Местами для прогулок за городом служили в Тамбове Трегуляевский монастырь, куда чаще ездили на лодке, чем на лошадях, потому что последняя дорога была необычайно плоха, затем село Донское и, особенно, так называемый “Архиерейский хутор”, стоявший в большом старом сосновом лесу, настолько диком, что в нем водились даже барсуки, на ловлю которых собирались целые партии, особенно гимназистов. Иногда в нем видели даже и белок, но чем питались они там - неизвестно, потому что во всем лесу не было ни одного кедра, необходимого для этого зверька. Лес этот тянул что-то на очень большое протяжение, чуть ли не на несколько десятков верст и сливался с казенным бором, отстоявшим даже за 30 верст от города. Вероятно, благодаря этому и весь вообще деревянный строительный материал ценился там не так дорого, как в других степных местах. Я помню хорошо, что отец покупал тогда очень широкие половые доски с доставкой на место по 40 коп. за штуку, и находил, что это стало из рук вон как дорого. Обыкновенный тес для крыши, тоже с доставкой на место, продавался по 8-10 рублей за сотню, и его как-то не жалели. Березовые дрова мы покупали по 20 руб. за куб. сажень, но это никогда не был правильный куб, а только с передней стороны, а с задней бывал не выше 1 аршина. Но такими дровами топили очень редко, разве у богатых людей, в казенных зданиях и в церквах (все церкви были теплые), а беднота и среднего достатка люди отапливались еловыми сучьями, разным хворостом, кизяком, соломой и даже гречишной шелухой. Для топки этим последним материалом в дверке затопа делалось особое приспособление в виде широкой воронки с задвижкой, в которую постепенно всыпалась шелуха; она горела очень жарко, сильно, давала массу тепла, и никогда не бывало угара, зато такую топку никогда нельзя было оставлять без надзора, иначе огонь быстро угасал. Некоторые отапливались даже тем сором (навозом и соломой), который они собирали на базарных площадях, и запасали его массы в летнее время; при сборе его с площади иногда происходили препирательства между сборщиками, иногда переходившие в потасовку, что составляло предмет для наблюдения и развлечения. Свозился такой сор домой или на особых тележках, тачках, а то так и просто сносился в больших мешках, что лежало на обязанности бедных родственников, а у мелких чиновников-писцов этим делом занимались тещи, которые водились почти у каждого.

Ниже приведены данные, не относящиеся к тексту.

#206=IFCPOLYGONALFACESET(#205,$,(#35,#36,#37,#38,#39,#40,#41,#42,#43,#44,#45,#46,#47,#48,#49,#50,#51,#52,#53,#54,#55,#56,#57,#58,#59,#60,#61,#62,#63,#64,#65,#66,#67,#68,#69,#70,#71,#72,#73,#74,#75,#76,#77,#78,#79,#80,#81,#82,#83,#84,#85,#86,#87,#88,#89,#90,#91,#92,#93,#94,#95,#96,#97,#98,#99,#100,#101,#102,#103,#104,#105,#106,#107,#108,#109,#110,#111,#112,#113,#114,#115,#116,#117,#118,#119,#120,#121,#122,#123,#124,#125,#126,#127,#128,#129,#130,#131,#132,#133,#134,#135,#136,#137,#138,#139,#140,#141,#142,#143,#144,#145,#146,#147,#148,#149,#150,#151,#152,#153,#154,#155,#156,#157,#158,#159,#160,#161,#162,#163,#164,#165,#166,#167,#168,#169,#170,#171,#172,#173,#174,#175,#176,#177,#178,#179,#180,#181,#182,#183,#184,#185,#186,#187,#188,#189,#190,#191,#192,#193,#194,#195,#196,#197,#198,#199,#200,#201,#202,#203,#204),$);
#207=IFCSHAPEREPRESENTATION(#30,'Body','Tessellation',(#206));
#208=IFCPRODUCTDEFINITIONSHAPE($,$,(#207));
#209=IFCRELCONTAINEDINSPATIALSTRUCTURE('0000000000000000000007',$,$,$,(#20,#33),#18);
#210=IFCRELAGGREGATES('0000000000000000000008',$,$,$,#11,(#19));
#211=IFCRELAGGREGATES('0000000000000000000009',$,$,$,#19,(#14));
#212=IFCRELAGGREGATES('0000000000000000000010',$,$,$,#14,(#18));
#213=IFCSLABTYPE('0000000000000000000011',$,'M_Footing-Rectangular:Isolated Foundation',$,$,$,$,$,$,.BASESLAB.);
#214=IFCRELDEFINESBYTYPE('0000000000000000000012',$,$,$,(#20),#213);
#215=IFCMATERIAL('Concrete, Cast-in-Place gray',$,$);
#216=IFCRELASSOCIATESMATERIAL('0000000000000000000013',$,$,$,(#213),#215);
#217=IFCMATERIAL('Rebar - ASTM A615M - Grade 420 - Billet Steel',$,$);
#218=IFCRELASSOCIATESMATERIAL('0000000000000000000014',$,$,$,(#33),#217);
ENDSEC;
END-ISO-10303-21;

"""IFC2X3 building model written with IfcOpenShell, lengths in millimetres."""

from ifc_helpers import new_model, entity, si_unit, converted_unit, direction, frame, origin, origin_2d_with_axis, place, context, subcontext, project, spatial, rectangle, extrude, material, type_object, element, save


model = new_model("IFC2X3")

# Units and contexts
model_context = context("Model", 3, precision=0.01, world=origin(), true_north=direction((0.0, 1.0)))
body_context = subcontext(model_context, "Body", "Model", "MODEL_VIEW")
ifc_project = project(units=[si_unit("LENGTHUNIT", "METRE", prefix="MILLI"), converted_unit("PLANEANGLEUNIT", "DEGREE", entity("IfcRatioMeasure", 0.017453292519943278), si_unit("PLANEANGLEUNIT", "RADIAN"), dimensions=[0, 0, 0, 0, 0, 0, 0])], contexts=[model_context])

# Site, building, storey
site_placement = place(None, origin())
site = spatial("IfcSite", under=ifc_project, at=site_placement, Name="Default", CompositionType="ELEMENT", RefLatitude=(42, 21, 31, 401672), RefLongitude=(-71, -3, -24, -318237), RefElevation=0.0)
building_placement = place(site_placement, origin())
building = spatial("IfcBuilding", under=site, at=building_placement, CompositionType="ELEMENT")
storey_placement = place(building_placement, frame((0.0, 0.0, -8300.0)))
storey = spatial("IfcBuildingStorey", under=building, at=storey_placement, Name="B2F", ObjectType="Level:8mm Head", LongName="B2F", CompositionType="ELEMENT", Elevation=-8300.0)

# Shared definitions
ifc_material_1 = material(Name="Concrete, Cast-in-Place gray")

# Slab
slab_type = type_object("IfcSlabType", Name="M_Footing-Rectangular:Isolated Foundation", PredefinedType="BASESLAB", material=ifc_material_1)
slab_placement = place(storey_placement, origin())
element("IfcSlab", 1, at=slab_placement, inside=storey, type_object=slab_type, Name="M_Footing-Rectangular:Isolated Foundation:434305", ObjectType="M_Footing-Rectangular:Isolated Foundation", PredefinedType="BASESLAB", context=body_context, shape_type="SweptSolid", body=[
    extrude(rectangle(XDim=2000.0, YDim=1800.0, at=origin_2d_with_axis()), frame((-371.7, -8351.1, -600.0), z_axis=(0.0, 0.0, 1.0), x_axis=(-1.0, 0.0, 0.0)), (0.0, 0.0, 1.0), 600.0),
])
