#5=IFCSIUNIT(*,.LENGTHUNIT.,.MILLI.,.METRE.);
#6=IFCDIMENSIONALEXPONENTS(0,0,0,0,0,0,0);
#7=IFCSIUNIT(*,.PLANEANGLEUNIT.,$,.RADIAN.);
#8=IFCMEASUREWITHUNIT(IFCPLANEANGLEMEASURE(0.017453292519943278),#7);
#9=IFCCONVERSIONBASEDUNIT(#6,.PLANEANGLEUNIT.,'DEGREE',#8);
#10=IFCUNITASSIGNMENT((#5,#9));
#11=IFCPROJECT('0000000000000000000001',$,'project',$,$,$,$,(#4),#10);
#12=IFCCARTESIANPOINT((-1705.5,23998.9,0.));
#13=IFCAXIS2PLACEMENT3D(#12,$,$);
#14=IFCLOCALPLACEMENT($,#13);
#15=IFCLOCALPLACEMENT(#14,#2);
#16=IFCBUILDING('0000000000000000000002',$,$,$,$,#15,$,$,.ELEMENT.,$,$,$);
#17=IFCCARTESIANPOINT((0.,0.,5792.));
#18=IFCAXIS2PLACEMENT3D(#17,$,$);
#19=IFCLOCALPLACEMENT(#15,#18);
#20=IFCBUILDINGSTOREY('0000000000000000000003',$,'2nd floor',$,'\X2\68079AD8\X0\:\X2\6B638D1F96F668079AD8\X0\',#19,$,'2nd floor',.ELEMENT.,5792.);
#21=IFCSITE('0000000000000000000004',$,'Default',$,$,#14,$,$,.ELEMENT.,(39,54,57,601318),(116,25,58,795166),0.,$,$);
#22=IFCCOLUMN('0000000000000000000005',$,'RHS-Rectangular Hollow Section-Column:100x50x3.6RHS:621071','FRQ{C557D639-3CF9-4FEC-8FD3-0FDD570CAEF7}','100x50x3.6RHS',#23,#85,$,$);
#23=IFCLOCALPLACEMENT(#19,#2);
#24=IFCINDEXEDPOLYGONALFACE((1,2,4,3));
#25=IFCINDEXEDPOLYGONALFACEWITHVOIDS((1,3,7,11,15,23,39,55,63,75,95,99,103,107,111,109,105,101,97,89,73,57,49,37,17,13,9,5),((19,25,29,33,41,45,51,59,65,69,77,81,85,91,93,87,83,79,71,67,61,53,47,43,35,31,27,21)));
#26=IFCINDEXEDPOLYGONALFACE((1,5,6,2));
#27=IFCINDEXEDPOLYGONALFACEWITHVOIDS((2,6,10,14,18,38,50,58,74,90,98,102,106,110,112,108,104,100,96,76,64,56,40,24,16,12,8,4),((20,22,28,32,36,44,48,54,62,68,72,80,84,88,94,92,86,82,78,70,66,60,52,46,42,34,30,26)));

Одно лето много разговоров на разные лады было по поводу столкновения городского доктора Тулушева с новым губернатором; разговоры эти варьировались, но сущность их сводилась к тому, что Тулушев перед приездом губернатора три дня провел в лугах и в лесу, сильно загорел, а нос у него стал даже красным; в лугах он был потому, что делал коллекцию насекомых, особенно мотыльков. Когда делался у губернатора прием всех городских служащих и властей, между ними был и Тулушев, а губернатор, смотря на его покрасневший нос, спросил его, щелкая себя по воротнику: “А Вы, доктор, должно быть, того?” - т.е. пьете. Тулушев, никогда не пивший никакого вина, в свою очередь спросил у губернатора, уже щелкая себя по лбу: “А Вы, Ваше Превосходительство, должно быть - того?”. Губернатор был сконфужен, потому что сам сделал нетактичный вопрос, но они примирились и впоследствии были друзьями.
Потом много сменилось губернаторов; были между ними и порядочные люди, были и дрянные, вплоть до знаменитого полковника Рокоссовского, пьяницы и буяна, который даже подозревался не без основания в убийстве одной женщины, но дело как-то удалось замять, и оно не дошло до разбирательства. Рокоссовский был уволен, выехал из города, а потом объявлено было, что он умер. Так дело и кончилось.